Common eval-design mistakes
1. Evals that don't match production
Your eval set is from 6 months ago; production traffic shifted. Eval scores are great; users are unhappy. Fix: continuously add production-failure cases.
2. Overfitting to the eval
You tune the prompt until eval scores are 95%; production performance is unchanged. Fix: hold out 20% of eval cases as a "test set" that you don't tune against.
3. LLM-as-judge bias
The judging LLM (GPT-4 evaluating your agent's output) has its own biases. Fix: calibrate against human review periodically; use multiple judge models when stakes are high.
4. Ignoring cost + latency
You optimize for quality; spend triples and users hate the new latency. Fix: track all four metrics; don't ship if cost regression > 2x without proportional quality gain.
5. No reproducibility
The eval is non-deterministic (temperature > 0); scores swing 5% between runs. Fix: temperature=0 for eval runs; or run each case 3x and report median.

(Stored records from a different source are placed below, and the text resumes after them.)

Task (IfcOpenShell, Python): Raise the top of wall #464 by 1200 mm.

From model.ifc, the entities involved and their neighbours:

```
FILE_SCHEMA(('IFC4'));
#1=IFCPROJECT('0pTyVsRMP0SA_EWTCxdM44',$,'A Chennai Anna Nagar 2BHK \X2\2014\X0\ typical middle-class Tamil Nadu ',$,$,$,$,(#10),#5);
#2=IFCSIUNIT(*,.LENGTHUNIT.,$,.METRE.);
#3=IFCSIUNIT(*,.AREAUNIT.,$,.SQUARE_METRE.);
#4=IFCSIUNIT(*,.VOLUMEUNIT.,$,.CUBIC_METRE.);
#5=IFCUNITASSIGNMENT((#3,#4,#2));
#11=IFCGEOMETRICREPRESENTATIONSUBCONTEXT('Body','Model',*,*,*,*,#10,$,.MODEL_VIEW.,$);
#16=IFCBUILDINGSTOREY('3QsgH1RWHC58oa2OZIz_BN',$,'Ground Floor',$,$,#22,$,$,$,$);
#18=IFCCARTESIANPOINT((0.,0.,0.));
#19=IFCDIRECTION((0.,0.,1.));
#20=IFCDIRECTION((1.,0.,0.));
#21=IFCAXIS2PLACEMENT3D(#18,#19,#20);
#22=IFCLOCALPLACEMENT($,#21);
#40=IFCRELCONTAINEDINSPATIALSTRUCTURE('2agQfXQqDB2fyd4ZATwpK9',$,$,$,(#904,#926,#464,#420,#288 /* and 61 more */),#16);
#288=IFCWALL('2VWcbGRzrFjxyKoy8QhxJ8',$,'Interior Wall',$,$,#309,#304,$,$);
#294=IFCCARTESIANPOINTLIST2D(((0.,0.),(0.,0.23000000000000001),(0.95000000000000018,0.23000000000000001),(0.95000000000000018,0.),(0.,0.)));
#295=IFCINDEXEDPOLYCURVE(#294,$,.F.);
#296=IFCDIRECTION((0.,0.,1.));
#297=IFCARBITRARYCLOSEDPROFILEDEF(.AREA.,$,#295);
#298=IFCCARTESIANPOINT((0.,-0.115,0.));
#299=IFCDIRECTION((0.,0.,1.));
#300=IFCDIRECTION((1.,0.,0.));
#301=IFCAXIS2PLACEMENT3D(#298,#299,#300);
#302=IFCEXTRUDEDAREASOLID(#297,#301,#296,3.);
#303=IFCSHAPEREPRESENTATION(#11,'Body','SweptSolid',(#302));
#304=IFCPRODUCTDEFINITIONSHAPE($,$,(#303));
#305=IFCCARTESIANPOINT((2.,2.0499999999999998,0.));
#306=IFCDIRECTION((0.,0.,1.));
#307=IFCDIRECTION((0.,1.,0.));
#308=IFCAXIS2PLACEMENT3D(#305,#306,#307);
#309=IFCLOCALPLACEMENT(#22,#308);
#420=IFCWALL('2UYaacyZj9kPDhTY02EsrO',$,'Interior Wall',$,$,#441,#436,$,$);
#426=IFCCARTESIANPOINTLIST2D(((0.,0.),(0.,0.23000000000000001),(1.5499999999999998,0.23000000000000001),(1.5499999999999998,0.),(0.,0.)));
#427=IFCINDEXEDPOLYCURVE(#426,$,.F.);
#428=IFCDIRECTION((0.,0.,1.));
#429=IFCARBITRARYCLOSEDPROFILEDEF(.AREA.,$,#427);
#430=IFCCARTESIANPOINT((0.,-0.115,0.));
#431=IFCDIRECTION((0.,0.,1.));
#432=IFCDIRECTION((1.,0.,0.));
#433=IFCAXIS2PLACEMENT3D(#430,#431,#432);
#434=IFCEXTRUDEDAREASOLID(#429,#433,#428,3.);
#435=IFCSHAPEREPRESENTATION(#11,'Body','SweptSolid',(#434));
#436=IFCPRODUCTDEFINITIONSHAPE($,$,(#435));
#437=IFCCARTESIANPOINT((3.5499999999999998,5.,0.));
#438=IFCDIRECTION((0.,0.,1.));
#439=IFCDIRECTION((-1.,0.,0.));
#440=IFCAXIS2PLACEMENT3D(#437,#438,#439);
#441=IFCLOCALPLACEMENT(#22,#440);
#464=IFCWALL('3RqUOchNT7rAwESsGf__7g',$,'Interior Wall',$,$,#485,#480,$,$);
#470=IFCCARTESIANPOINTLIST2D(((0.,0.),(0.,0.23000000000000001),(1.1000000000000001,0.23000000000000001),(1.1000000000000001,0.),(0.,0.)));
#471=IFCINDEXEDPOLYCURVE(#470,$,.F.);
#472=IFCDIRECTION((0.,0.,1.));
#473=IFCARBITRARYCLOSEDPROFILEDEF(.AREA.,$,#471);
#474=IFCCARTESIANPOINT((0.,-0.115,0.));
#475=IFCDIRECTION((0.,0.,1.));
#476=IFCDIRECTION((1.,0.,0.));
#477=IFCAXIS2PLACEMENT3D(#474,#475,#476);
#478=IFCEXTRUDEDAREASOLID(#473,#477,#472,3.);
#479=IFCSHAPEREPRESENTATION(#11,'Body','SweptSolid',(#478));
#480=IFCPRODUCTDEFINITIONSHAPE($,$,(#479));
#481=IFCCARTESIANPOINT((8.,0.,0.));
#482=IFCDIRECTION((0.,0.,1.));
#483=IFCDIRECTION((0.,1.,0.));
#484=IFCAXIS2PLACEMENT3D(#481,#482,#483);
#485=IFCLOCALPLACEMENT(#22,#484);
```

```python
import ifcopenshell
import ifcopenshell.geom
import ifcopenshell.util.representation
import ifcopenshell.util.shape
import ifcopenshell.util.unit

model = ifcopenshell.open("model.ifc")
unit_scale = ifcopenshell.util.unit.calculate_unit_scale(model)
settings = ifcopenshell.geom.settings()


def volume(element):
    """Net volume in cubic metres, openings subtracted."""
    shape = ifcopenshell.geom.create_shape(settings, element)
    return ifcopenshell.util.shape.get_volume(shape.geometry)


wall = model.by_id(464)
before = volume(wall)

body = ifcopenshell.util.representation.get_representation(wall, "Model", "Body")
solid = body.Items[0]
old_height = solid.Depth
solid.Depth += 1.2 / unit_scale
after = volume(wall)

print(f"height {old_height:g} -> {solid.Depth:g}, volume {before:.3f} -> {after:.3f} m3")

model.write("model_updated.ifc")
```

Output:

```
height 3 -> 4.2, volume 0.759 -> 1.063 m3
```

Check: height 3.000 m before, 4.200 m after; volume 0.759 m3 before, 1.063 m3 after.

Building your eval flywheel
The pattern that compounds:
- Daily: developers run evals locally before PR
- Per-PR: CI runs full eval suite + blocks regressions
- Weekly: review production failures + add new eval cases
- Monthly: human review of 50-100 random cases to calibrate the LLM judge
- Quarterly: re-baseline (the eval set should ~double in size every 3 months)
After 6-12 months of this, you have hundreds of cases, a stable evaluation harness, and a real measurement of agent quality. The compound effect on agent reliability is the difference between "demo product" and "production system."
See also
- LLM observability glossary
- LLM as a judge
- AI evals glossary
- Agent observability
- How to evaluate an AI agent
Bottom line
Evals are the difference between agents that work in demos and agents that work in production. The setup cost is real (1-2 weeks for the framework + initial eval set) but the ongoing cost is small. The teams who do this ship reliable agents; the teams who don't ship demos. Pick the framework that fits your stack and start with 50 hand-curated cases this week.